What to do:
Scan the entries for the string "rooted" and give the number of lines that have it, nothing further.

══ Records for the exercise

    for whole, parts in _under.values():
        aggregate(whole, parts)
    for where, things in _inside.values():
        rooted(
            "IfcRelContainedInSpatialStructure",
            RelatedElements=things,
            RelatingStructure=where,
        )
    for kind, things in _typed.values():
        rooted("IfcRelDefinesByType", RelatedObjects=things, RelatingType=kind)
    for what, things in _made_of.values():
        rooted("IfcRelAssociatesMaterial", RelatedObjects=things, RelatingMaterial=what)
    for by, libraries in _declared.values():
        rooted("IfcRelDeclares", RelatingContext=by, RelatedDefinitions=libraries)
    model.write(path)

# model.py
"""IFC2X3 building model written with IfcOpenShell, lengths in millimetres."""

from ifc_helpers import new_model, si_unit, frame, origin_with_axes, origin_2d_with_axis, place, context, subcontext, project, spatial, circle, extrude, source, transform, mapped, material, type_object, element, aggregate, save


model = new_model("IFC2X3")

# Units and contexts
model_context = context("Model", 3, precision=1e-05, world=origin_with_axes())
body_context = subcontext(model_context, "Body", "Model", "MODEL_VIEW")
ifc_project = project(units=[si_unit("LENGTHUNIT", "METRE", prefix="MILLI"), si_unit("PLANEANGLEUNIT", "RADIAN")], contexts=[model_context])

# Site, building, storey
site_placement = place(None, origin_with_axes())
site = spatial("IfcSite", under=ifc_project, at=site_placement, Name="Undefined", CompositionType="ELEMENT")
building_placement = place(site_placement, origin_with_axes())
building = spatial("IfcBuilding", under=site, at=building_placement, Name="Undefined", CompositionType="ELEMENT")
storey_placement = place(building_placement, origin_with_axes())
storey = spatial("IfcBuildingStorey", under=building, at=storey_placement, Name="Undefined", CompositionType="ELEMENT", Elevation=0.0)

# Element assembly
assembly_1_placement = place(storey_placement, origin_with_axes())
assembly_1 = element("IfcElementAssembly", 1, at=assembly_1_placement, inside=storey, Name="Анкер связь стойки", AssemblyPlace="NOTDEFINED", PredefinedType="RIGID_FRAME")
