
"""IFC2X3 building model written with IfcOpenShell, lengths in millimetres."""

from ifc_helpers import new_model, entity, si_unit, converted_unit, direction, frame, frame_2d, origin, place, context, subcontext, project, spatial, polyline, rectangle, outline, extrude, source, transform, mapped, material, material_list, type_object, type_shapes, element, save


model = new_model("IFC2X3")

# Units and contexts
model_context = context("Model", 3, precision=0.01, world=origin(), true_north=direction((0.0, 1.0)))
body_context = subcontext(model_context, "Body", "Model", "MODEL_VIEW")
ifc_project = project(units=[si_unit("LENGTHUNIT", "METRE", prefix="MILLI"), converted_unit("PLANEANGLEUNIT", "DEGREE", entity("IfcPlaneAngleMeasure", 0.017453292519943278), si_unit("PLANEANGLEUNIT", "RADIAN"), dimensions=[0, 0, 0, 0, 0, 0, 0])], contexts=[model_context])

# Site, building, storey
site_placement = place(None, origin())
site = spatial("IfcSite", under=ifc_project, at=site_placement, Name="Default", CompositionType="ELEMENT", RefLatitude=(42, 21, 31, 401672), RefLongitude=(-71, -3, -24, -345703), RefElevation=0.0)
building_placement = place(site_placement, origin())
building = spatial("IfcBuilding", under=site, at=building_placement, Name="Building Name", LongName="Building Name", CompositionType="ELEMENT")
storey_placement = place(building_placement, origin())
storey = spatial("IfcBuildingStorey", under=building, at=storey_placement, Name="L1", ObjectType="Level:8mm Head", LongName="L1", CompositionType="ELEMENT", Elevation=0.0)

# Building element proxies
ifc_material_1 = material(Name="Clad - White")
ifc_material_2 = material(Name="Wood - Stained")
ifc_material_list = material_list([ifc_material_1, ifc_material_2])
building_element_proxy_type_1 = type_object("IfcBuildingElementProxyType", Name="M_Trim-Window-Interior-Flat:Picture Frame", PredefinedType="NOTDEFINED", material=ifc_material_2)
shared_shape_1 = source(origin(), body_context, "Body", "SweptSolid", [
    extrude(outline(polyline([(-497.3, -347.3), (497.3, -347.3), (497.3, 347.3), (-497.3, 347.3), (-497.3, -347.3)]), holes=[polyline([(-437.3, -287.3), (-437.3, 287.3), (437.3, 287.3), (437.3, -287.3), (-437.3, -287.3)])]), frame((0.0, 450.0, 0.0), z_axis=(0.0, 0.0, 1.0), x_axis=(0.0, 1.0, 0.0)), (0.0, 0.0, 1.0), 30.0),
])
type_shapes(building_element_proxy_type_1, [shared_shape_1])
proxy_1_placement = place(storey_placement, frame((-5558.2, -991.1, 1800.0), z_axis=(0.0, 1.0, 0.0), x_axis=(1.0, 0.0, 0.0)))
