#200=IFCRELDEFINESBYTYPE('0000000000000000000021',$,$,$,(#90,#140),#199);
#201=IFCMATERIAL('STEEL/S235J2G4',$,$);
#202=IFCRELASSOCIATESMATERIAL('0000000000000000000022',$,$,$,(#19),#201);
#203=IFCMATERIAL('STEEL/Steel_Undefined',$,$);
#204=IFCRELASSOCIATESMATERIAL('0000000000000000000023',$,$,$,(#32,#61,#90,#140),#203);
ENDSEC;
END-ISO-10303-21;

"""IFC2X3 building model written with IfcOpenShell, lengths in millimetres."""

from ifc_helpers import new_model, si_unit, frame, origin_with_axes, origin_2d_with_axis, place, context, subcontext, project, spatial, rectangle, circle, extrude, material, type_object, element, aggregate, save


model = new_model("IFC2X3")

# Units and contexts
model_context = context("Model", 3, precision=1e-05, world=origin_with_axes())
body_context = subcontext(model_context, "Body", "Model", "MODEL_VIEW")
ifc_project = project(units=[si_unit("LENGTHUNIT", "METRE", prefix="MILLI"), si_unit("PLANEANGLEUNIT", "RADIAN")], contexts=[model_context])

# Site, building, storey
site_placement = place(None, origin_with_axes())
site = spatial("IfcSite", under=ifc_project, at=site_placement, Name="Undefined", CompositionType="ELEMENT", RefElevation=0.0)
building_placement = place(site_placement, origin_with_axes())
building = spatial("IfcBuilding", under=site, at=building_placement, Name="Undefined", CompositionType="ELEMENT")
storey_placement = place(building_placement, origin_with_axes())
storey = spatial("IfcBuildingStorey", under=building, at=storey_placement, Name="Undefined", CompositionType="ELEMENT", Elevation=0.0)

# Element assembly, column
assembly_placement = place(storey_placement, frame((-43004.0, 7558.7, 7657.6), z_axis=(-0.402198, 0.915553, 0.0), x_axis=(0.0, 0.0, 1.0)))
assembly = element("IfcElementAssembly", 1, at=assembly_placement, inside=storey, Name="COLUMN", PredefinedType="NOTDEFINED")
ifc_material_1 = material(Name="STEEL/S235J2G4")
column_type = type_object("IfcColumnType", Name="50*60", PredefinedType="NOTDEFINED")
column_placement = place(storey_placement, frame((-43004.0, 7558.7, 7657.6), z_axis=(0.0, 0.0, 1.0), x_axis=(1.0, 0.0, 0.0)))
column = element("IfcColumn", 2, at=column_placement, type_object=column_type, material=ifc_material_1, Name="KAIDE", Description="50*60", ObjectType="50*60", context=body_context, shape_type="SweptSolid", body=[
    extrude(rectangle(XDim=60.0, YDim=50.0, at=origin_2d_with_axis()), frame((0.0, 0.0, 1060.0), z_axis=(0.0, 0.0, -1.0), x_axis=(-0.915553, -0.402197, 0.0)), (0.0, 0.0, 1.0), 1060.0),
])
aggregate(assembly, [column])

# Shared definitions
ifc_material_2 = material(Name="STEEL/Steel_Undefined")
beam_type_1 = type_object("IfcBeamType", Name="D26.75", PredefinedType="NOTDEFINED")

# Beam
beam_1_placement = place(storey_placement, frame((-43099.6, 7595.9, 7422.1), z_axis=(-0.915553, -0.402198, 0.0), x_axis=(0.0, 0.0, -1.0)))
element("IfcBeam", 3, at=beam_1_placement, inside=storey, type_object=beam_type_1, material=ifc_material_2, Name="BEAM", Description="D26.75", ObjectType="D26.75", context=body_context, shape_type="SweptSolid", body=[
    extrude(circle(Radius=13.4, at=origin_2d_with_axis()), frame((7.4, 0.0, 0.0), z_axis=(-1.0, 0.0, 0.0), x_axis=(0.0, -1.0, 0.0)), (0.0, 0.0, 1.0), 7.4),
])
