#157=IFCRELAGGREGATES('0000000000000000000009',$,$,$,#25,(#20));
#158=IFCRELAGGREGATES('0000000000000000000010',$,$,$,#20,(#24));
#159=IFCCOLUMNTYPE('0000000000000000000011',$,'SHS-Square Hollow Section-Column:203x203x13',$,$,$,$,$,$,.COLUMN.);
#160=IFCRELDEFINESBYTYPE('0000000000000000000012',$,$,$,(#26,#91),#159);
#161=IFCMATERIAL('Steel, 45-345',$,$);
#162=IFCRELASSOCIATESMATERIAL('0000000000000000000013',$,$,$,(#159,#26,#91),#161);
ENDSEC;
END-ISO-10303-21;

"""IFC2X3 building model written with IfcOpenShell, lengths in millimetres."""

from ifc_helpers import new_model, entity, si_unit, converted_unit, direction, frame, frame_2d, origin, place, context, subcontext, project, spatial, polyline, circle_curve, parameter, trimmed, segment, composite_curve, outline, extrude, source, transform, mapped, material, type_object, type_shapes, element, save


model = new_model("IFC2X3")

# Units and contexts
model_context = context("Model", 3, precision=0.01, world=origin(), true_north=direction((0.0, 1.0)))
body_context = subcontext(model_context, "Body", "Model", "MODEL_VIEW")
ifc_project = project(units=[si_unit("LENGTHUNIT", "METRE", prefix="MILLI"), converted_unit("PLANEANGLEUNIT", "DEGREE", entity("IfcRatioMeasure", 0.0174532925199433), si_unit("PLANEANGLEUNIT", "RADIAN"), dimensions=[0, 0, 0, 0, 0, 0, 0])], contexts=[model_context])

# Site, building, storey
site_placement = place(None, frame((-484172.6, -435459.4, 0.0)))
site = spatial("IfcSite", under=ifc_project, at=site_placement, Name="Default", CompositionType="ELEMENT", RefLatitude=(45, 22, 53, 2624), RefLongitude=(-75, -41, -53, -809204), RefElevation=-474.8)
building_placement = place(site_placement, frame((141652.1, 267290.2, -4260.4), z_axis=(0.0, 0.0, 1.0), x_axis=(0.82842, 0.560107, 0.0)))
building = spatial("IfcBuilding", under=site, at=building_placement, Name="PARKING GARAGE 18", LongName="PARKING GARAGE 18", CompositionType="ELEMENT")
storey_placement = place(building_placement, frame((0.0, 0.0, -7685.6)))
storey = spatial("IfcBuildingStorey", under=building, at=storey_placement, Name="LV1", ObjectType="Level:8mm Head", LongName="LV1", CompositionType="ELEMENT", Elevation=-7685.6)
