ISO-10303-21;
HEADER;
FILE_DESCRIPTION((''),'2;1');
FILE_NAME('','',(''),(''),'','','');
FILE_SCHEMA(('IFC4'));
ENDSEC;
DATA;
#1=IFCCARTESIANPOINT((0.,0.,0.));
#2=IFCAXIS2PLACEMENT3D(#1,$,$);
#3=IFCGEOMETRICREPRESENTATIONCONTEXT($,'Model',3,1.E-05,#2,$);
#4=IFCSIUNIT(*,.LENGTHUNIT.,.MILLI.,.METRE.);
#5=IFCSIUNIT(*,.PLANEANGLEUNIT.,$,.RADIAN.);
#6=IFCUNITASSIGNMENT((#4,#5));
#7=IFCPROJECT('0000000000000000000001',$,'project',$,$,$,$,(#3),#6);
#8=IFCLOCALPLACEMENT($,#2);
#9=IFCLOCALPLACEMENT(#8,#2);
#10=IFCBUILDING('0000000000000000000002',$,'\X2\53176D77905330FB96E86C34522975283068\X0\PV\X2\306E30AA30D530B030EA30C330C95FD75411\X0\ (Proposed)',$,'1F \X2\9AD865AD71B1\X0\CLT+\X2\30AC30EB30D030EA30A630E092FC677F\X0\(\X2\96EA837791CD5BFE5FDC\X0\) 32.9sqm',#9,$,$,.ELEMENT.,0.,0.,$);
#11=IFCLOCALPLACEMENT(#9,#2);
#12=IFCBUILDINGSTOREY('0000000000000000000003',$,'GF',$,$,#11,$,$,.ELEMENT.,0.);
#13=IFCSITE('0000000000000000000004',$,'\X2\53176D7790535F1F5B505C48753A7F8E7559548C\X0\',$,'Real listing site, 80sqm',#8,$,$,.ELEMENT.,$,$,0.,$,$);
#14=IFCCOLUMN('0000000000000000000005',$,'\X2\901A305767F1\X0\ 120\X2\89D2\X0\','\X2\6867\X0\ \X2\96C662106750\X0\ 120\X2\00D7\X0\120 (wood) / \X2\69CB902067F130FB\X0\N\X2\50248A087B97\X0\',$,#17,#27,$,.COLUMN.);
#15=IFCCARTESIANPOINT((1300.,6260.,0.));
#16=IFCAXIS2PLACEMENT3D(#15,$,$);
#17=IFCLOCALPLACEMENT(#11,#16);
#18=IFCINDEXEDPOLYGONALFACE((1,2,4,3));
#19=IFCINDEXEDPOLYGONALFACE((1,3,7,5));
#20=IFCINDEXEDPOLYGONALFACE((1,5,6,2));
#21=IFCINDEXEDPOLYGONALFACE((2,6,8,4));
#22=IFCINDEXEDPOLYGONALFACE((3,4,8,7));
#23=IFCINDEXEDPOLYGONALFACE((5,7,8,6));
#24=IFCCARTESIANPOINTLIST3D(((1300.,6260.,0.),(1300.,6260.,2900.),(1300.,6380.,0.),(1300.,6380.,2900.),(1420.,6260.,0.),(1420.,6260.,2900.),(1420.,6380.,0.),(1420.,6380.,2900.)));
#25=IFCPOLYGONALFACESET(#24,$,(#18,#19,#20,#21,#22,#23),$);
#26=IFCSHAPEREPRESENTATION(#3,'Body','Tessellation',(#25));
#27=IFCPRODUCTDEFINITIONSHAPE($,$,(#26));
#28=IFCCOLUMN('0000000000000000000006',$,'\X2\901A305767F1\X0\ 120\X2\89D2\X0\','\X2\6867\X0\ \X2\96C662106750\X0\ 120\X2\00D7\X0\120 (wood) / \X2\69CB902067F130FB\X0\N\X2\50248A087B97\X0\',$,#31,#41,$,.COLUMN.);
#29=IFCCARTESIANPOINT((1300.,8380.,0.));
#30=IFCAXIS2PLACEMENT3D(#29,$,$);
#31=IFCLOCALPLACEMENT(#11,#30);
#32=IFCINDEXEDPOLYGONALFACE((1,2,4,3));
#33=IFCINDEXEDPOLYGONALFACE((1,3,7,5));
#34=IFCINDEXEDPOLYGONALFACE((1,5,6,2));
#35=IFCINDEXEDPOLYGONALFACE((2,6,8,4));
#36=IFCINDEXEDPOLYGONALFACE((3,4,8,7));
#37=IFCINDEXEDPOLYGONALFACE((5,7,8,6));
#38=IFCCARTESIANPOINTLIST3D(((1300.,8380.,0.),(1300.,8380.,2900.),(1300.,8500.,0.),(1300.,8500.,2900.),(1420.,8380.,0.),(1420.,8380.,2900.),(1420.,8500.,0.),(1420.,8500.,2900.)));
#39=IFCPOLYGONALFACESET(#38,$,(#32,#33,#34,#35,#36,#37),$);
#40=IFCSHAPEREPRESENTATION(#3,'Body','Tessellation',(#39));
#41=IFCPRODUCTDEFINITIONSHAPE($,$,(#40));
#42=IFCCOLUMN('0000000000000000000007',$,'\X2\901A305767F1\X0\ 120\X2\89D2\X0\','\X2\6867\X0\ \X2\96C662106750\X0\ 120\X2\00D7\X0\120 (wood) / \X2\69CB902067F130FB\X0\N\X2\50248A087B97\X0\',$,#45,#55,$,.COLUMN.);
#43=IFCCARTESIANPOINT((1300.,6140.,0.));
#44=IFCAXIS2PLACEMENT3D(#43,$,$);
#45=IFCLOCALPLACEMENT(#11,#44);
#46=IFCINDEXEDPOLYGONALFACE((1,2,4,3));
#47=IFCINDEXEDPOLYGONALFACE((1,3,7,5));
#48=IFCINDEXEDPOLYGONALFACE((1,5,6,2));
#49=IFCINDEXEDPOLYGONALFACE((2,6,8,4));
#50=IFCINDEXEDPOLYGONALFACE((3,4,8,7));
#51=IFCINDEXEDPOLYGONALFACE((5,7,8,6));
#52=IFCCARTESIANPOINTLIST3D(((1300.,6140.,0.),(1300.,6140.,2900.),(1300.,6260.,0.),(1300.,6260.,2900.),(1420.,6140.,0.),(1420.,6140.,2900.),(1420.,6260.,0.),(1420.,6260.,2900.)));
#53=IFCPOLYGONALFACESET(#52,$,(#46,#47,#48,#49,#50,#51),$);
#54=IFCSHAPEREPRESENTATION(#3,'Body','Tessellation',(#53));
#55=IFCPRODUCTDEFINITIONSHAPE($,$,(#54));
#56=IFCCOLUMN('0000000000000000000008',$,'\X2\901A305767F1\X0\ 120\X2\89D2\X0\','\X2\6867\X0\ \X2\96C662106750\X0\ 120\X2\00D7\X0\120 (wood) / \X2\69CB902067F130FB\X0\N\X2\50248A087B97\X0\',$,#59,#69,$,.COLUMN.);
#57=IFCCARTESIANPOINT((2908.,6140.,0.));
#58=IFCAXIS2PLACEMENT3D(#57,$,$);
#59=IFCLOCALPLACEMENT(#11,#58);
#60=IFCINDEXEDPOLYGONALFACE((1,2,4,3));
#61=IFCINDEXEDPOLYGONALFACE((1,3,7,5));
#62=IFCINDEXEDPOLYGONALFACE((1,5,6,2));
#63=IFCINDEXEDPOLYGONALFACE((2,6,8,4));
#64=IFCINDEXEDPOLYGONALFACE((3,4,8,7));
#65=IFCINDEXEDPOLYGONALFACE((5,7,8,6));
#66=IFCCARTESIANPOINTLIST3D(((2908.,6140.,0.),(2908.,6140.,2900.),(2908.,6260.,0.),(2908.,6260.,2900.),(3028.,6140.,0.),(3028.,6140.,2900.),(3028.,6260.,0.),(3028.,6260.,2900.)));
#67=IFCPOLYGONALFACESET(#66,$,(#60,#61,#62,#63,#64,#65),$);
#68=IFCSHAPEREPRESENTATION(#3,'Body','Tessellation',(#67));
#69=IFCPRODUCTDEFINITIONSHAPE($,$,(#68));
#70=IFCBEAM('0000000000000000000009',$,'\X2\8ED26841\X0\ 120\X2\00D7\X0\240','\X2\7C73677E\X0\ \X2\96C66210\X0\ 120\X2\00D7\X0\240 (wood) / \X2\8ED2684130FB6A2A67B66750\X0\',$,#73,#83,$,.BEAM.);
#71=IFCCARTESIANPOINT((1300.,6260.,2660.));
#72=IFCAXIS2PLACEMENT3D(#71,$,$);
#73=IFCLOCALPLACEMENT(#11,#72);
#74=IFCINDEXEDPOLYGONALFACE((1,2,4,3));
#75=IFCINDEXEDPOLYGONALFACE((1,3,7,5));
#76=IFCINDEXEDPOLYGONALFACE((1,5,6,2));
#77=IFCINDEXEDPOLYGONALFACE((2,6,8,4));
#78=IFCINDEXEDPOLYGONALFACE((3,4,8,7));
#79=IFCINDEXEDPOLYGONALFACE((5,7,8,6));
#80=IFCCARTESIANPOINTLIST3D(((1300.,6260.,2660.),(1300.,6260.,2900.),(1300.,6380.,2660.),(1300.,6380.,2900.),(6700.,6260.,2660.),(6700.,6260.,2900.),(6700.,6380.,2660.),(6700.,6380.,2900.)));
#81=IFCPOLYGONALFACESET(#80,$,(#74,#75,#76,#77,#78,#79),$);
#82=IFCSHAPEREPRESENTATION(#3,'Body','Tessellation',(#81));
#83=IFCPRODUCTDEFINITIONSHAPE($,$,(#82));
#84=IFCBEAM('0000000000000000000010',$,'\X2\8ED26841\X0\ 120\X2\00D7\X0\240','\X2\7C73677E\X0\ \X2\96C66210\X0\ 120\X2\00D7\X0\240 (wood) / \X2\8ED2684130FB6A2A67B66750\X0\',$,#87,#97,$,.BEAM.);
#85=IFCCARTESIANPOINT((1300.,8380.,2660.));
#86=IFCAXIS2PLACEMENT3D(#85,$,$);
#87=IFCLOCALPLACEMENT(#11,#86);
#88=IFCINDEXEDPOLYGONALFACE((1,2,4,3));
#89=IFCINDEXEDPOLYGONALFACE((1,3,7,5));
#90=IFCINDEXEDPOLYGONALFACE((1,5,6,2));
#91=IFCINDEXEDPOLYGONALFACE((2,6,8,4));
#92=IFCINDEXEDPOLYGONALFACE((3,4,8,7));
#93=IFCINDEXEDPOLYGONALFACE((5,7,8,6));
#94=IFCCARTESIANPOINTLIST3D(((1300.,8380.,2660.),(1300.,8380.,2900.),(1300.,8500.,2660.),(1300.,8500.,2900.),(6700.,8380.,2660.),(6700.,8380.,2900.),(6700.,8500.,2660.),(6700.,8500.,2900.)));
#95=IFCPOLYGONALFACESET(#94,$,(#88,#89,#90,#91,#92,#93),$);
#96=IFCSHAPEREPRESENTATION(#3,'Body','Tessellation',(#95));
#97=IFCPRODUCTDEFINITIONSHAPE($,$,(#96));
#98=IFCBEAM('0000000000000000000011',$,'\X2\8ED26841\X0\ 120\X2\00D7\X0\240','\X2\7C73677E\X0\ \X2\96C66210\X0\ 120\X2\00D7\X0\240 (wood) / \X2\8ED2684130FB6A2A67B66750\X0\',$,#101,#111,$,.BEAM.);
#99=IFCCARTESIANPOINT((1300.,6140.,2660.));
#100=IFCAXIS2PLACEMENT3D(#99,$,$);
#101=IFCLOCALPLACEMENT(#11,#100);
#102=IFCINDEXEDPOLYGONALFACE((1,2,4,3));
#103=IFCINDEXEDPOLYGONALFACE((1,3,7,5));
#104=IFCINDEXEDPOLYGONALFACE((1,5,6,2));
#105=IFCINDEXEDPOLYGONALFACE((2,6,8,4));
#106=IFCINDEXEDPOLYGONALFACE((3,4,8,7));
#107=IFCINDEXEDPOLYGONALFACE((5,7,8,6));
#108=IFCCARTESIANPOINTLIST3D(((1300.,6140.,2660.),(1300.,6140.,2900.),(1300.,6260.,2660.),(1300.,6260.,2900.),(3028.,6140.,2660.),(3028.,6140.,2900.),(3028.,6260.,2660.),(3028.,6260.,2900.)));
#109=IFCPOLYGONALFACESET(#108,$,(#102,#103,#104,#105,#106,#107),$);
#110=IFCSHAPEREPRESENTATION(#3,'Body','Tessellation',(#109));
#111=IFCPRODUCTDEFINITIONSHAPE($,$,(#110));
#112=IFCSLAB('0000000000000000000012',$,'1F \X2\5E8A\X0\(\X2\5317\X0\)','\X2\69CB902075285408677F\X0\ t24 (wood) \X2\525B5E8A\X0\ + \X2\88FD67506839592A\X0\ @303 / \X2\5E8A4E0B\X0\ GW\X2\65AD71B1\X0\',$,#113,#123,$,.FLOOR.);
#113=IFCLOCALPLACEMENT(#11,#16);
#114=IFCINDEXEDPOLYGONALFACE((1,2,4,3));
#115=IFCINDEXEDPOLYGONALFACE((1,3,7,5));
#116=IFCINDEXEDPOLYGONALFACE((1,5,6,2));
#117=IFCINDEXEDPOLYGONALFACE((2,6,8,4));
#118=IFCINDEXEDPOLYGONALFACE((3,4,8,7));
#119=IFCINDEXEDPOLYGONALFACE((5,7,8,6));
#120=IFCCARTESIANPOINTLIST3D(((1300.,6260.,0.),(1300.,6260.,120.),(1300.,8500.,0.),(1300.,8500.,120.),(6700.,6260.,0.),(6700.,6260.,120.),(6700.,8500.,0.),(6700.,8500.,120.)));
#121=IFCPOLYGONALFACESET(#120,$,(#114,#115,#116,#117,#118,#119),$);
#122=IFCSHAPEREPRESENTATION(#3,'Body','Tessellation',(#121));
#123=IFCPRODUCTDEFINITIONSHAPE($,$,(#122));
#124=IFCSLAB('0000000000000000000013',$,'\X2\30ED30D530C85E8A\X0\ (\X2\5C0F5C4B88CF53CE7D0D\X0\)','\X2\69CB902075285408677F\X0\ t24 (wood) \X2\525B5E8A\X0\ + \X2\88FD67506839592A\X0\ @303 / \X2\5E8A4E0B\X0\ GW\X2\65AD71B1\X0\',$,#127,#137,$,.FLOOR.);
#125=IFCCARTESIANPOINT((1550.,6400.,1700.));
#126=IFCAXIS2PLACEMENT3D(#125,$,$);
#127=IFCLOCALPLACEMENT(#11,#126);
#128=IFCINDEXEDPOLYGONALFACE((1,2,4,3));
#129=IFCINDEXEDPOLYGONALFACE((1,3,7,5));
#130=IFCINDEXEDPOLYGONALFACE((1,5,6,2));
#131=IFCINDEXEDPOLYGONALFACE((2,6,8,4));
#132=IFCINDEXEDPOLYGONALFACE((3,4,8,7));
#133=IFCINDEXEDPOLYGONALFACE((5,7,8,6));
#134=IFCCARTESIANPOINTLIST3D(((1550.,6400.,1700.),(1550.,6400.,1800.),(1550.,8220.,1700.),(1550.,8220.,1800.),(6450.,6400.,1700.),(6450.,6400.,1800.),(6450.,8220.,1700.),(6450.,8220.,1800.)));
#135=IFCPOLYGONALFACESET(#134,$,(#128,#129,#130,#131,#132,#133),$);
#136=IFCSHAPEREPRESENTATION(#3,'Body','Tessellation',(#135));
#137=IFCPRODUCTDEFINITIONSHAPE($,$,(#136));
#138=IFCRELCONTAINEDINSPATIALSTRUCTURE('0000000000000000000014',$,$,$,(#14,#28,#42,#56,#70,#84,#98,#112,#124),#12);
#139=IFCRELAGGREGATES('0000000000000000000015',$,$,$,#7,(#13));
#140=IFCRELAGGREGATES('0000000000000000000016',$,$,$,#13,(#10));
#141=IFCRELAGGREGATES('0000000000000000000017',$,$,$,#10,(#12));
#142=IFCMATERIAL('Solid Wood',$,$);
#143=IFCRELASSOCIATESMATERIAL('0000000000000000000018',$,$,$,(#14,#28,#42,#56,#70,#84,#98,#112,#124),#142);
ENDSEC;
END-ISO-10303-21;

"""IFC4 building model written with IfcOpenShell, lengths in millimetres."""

from ifc_helpers import new_model, si_unit, frame, frame_2d, origin, place, context, project, spatial, rectangle, extrude, material, element, save


model = new_model("IFC4")

# Units and contexts
model_context = context("Model", 3, precision=1e-05, world=origin())
ifc_project = project(units=[si_unit("LENGTHUNIT", "METRE", prefix="MILLI"), si_unit("PLANEANGLEUNIT", "RADIAN")], contexts=[model_context])

# Site, building, storey
site_placement = place(None, origin())
site = spatial("IfcSite", under=ifc_project, at=site_placement, Name="北海道弟子屈町美留和", ObjectType="Real listing site, 80sqm", CompositionType="ELEMENT", RefElevation=0.0)
building_placement = place(site_placement, origin())
building = spatial("IfcBuilding", under=site, at=building_placement, Name="北海道・雨水利用とPVのオフグリッド志向 (Proposed)", ObjectType="1F 高断熱CLT+ガルバリウム鋼板(雪荷重対応) 32.9sqm", CompositionType="ELEMENT", ElevationOfRefHeight=0.0, ElevationOfTerrain=0.0)
storey_placement = place(building_placement, origin())
storey = spatial("IfcBuildingStorey", under=building, at=storey_placement, Name="GF", CompositionType="ELEMENT", Elevation=0.0)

════

Solved exercise:
4